[Stored data entries]
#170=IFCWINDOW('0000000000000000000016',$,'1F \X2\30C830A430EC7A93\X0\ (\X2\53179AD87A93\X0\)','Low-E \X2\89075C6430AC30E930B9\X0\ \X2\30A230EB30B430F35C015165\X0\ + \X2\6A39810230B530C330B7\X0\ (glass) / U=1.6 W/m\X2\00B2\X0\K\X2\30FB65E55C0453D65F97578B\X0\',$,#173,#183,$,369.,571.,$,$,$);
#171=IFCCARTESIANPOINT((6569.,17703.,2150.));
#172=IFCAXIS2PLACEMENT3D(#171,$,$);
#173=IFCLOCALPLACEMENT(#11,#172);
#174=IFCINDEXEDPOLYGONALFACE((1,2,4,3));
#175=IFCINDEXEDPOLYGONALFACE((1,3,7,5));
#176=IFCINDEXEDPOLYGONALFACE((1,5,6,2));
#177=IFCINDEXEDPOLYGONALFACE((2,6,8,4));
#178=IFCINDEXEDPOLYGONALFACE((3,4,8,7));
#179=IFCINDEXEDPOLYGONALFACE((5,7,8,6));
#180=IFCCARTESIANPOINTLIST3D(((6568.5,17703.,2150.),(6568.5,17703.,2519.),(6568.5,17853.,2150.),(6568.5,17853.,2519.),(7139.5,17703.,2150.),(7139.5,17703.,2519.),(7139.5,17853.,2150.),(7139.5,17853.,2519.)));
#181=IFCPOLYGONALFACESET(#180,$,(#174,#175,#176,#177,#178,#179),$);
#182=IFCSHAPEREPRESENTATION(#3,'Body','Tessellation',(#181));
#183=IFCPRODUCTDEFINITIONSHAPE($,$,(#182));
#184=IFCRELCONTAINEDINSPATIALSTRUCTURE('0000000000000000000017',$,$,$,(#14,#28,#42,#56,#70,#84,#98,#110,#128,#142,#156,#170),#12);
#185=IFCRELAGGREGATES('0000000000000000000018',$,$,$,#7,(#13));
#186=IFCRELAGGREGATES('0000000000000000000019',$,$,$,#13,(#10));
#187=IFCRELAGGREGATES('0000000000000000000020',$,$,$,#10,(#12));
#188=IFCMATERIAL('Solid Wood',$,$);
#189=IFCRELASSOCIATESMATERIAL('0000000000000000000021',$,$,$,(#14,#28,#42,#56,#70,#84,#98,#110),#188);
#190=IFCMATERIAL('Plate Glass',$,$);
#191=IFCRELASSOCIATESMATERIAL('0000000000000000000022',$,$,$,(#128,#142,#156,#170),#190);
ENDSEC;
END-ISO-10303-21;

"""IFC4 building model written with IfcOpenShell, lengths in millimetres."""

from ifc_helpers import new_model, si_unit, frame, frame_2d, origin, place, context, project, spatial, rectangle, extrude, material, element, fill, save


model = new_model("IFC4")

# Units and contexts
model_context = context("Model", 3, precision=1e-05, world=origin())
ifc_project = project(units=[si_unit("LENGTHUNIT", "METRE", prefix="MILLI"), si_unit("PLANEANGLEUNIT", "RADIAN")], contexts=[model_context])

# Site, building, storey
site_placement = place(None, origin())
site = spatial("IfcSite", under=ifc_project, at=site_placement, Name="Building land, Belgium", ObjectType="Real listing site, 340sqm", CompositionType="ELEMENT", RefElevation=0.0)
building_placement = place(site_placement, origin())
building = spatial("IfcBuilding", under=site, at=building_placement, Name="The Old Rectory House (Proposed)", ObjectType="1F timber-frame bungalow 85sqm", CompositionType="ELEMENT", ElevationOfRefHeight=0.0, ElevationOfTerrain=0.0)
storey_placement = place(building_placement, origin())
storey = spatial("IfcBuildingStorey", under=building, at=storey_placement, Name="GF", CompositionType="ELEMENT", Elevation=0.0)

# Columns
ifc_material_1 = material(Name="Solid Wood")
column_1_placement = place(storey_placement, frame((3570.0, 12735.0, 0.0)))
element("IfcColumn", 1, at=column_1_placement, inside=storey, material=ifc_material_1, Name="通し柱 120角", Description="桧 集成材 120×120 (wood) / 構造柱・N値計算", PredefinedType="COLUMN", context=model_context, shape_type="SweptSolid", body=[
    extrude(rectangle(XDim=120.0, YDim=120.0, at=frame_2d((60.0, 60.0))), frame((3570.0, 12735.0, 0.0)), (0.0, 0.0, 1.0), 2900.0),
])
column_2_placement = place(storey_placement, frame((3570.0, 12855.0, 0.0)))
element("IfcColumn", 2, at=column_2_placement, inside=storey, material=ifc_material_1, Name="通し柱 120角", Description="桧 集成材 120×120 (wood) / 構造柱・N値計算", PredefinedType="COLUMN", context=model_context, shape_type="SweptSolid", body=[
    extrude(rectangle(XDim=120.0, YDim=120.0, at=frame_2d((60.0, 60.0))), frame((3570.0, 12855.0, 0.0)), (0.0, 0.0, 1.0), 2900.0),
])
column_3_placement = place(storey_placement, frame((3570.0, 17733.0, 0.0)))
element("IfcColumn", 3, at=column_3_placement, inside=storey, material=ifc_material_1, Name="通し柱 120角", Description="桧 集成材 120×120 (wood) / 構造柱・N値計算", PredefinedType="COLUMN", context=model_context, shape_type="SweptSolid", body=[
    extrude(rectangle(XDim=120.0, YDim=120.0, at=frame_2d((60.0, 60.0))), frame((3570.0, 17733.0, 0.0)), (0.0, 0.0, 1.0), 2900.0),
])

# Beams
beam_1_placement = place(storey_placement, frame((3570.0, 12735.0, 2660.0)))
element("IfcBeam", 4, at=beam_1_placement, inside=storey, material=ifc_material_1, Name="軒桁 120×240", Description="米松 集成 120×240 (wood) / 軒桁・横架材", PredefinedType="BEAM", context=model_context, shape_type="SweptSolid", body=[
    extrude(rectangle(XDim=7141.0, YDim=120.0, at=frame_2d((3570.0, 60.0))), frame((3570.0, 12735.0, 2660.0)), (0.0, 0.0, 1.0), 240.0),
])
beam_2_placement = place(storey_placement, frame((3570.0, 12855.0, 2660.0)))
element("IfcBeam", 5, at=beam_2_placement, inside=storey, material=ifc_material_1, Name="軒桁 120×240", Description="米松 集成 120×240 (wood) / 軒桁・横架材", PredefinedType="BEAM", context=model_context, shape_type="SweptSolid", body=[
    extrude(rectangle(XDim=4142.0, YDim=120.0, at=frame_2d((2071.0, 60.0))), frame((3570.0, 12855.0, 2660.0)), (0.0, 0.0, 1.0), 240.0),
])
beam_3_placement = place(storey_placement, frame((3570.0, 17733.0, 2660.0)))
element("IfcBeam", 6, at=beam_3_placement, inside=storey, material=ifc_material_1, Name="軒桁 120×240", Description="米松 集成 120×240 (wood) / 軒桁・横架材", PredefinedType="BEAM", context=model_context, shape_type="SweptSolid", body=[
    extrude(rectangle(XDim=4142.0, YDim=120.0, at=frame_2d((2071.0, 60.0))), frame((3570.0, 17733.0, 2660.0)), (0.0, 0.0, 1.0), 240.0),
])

**TASK DIRECTIONS**.
Every entry should be reproduced word for word.

**SOLUTION BELOW**.
#170=IFCWINDOW('0000000000000000000016',$,'1F \X2\30C830A430EC7A93\X0\ (\X2\53179AD87A93\X0\)','Low-E \X2\89075C6430AC30E930B9\X0\ \X2\30A230EB30B430F35C015165\X0\ + \X2\6A39810230B530C330B7\X0\ (glass) / U=1.6 W/m\X2\00B2\X0\K\X2\30FB65E55C0453D65F97578B\X0\',$,#173,#183,$,369.,571.,$,$,$);
#171=IFCCARTESIANPOINT((6569.,17703.,2150.));
#172=IFCAXIS2PLACEMENT3D(#171,$,$);
#173=IFCLOCALPLACEMENT(#11,#172);
#174=IFCINDEXEDPOLYGONALFACE((1,2,4,3));
#175=IFCINDEXEDPOLYGONALFACE((1,3,7,5));
#176=IFCINDEXEDPOLYGONALFACE((1,5,6,2));
#177=IFCINDEXEDPOLYGONALFACE((2,6,8,4));
#178=IFCINDEXEDPOLYGONALFACE((3,4,8,7));
#179=IFCINDEXEDPOLYGONALFACE((5,7,8,6));
#180=IFCCARTESIANPOINTLIST3D(((6568.5,17703.,2150.),(6568.5,17703.,2519.),(6568.5,17853.,2150.),(6568.5,17853.,2519.),(7139.5,17703.,2150.),(7139.5,17703.,2519.),(7139.5,17853.,2150.),(7139.5,17853.,2519.)));
#181=IFCPOLYGONALFACESET(#180,$,(#174,#175,#176,#177,#178,#179),$);
#182=IFCSHAPEREPRESENTATION(#3,'Body','Tessellation',(#181));
#183=IFCPRODUCTDEFINITIONSHAPE($,$,(#182));
#184=IFCRELCONTAINEDINSPATIALSTRUCTURE('0000000000000000000017',$,$,$,(#14,#28,#42,#56,#70,#84,#98,#110,#128,#142,#156,#170),#12);
#185=IFCRELAGGREGATES('0000000000000000000018',$,$,$,#7,(#13));
#186=IFCRELAGGREGATES('0000000000000000000019',$,$,$,#13,(#10));
#187=IFCRELAGGREGATES('0000000000000000000020',$,$,$,#10,(#12));
#188=IFCMATERIAL('Solid Wood',$,$);
#189=IFCRELASSOCIATESMATERIAL('0000000000000000000021',$,$,$,(#14,#28,#42,#56,#70,#84,#98,#110),#188);
#190=IFCMATERIAL('Plate Glass',$,$);
#191=IFCRELASSOCIATESMATERIAL('0000000000000000000022',$,$,$,(#128,#142,#156,#170),#190);
ENDSEC;
END-ISO-10303-21;

"""IFC4 building model written with IfcOpenShell, lengths in millimetres."""

from ifc_helpers import new_model, si_unit, frame, frame_2d, origin, place, context, project, spatial, rectangle, extrude, material, element, fill, save


model = new_model("IFC4")

# Units and contexts
model_context = context("Model", 3, precision=1e-05, world=origin())
ifc_project = project(units=[si_unit("LENGTHUNIT", "METRE", prefix="MILLI"), si_unit("PLANEANGLEUNIT", "RADIAN")], contexts=[model_context])

# Site, building, storey
site_placement = place(None, origin())
site = spatial("IfcSite", under=ifc_project, at=site_placement, Name="Building land, Belgium", ObjectType="Real listing site, 340sqm", CompositionType="ELEMENT", RefElevation=0.0)
building_placement = place(site_placement, origin())
building = spatial("IfcBuilding", under=site, at=building_placement, Name="The Old Rectory House (Proposed)", ObjectType="1F timber-frame bungalow 85sqm", CompositionType="ELEMENT", ElevationOfRefHeight=0.0, ElevationOfTerrain=0.0)
storey_placement = place(building_placement, origin())
storey = spatial("IfcBuildingStorey", under=building, at=storey_placement, Name="GF", CompositionType="ELEMENT", Elevation=0.0)

# Columns
ifc_material_1 = material(Name="Solid Wood")
column_1_placement = place(storey_placement, frame((3570.0, 12735.0, 0.0)))
element("IfcColumn", 1, at=column_1_placement, inside=storey, material=ifc_material_1, Name="通し柱 120角", Description="桧 集成材 120×120 (wood) / 構造柱・N値計算", PredefinedType="COLUMN", context=model_context, shape_type="SweptSolid", body=[
    extrude(rectangle(XDim=120.0, YDim=120.0, at=frame_2d((60.0, 60.0))), frame((3570.0, 12735.0, 0.0)), (0.0, 0.0, 1.0), 2900.0),
])
column_2_placement = place(storey_placement, frame((3570.0, 12855.0, 0.0)))
element("IfcColumn", 2, at=column_2_placement, inside=storey, material=ifc_material_1, Name="通し柱 120角", Description="桧 集成材 120×120 (wood) / 構造柱・N値計算", PredefinedType="COLUMN", context=model_context, shape_type="SweptSolid", body=[
    extrude(rectangle(XDim=120.0, YDim=120.0, at=frame_2d((60.0, 60.0))), frame((3570.0, 12855.0, 0.0)), (0.0, 0.0, 1.0), 2900.0),
])
column_3_placement = place(storey_placement, frame((3570.0, 17733.0, 0.0)))
element("IfcColumn", 3, at=column_3_placement, inside=storey, material=ifc_material_1, Name="通し柱 120角", Description="桧 集成材 120×120 (wood) / 構造柱・N値計算", PredefinedType="COLUMN", context=model_context, shape_type="SweptSolid", body=[
    extrude(rectangle(XDim=120.0, YDim=120.0, at=frame_2d((60.0, 60.0))), frame((3570.0, 17733.0, 0.0)), (0.0, 0.0, 1.0), 2900.0),
])

# Beams
beam_1_placement = place(storey_placement, frame((3570.0, 12735.0, 2660.0)))
element("IfcBeam", 4, at=beam_1_placement, inside=storey, material=ifc_material_1, Name="軒桁 120×240", Description="米松 集成 120×240 (wood) / 軒桁・横架材", PredefinedType="BEAM", context=model_context, shape_type="SweptSolid", body=[
    extrude(rectangle(XDim=7141.0, YDim=120.0, at=frame_2d((3570.0, 60.0))), frame((3570.0, 12735.0, 2660.0)), (0.0, 0.0, 1.0), 240.0),
])
beam_2_placement = place(storey_placement, frame((3570.0, 12855.0, 2660.0)))
element("IfcBeam", 5, at=beam_2_placement, inside=storey, material=ifc_material_1, Name="軒桁 120×240", Description="米松 集成 120×240 (wood) / 軒桁・横架材", PredefinedType="BEAM", context=model_context, shape_type="SweptSolid", body=[
    extrude(rectangle(XDim=4142.0, YDim=120.0, at=frame_2d((2071.0, 60.0))), frame((3570.0, 12855.0, 2660.0)), (0.0, 0.0, 1.0), 240.0),
])
beam_3_placement = place(storey_placement, frame((3570.0, 17733.0, 2660.0)))
element("IfcBeam", 6, at=beam_3_placement, inside=storey, material=ifc_material_1, Name="軒桁 120×240", Description="米松 集成 120×240 (wood) / 軒桁・横架材", PredefinedType="BEAM", context=model_context, shape_type="SweptSolid", body=[
    extrude(rectangle(XDim=4142.0, YDim=120.0, at=frame_2d((2071.0, 60.0))), frame((3570.0, 17733.0, 2660.0)), (0.0, 0.0, 1.0), 240.0),
])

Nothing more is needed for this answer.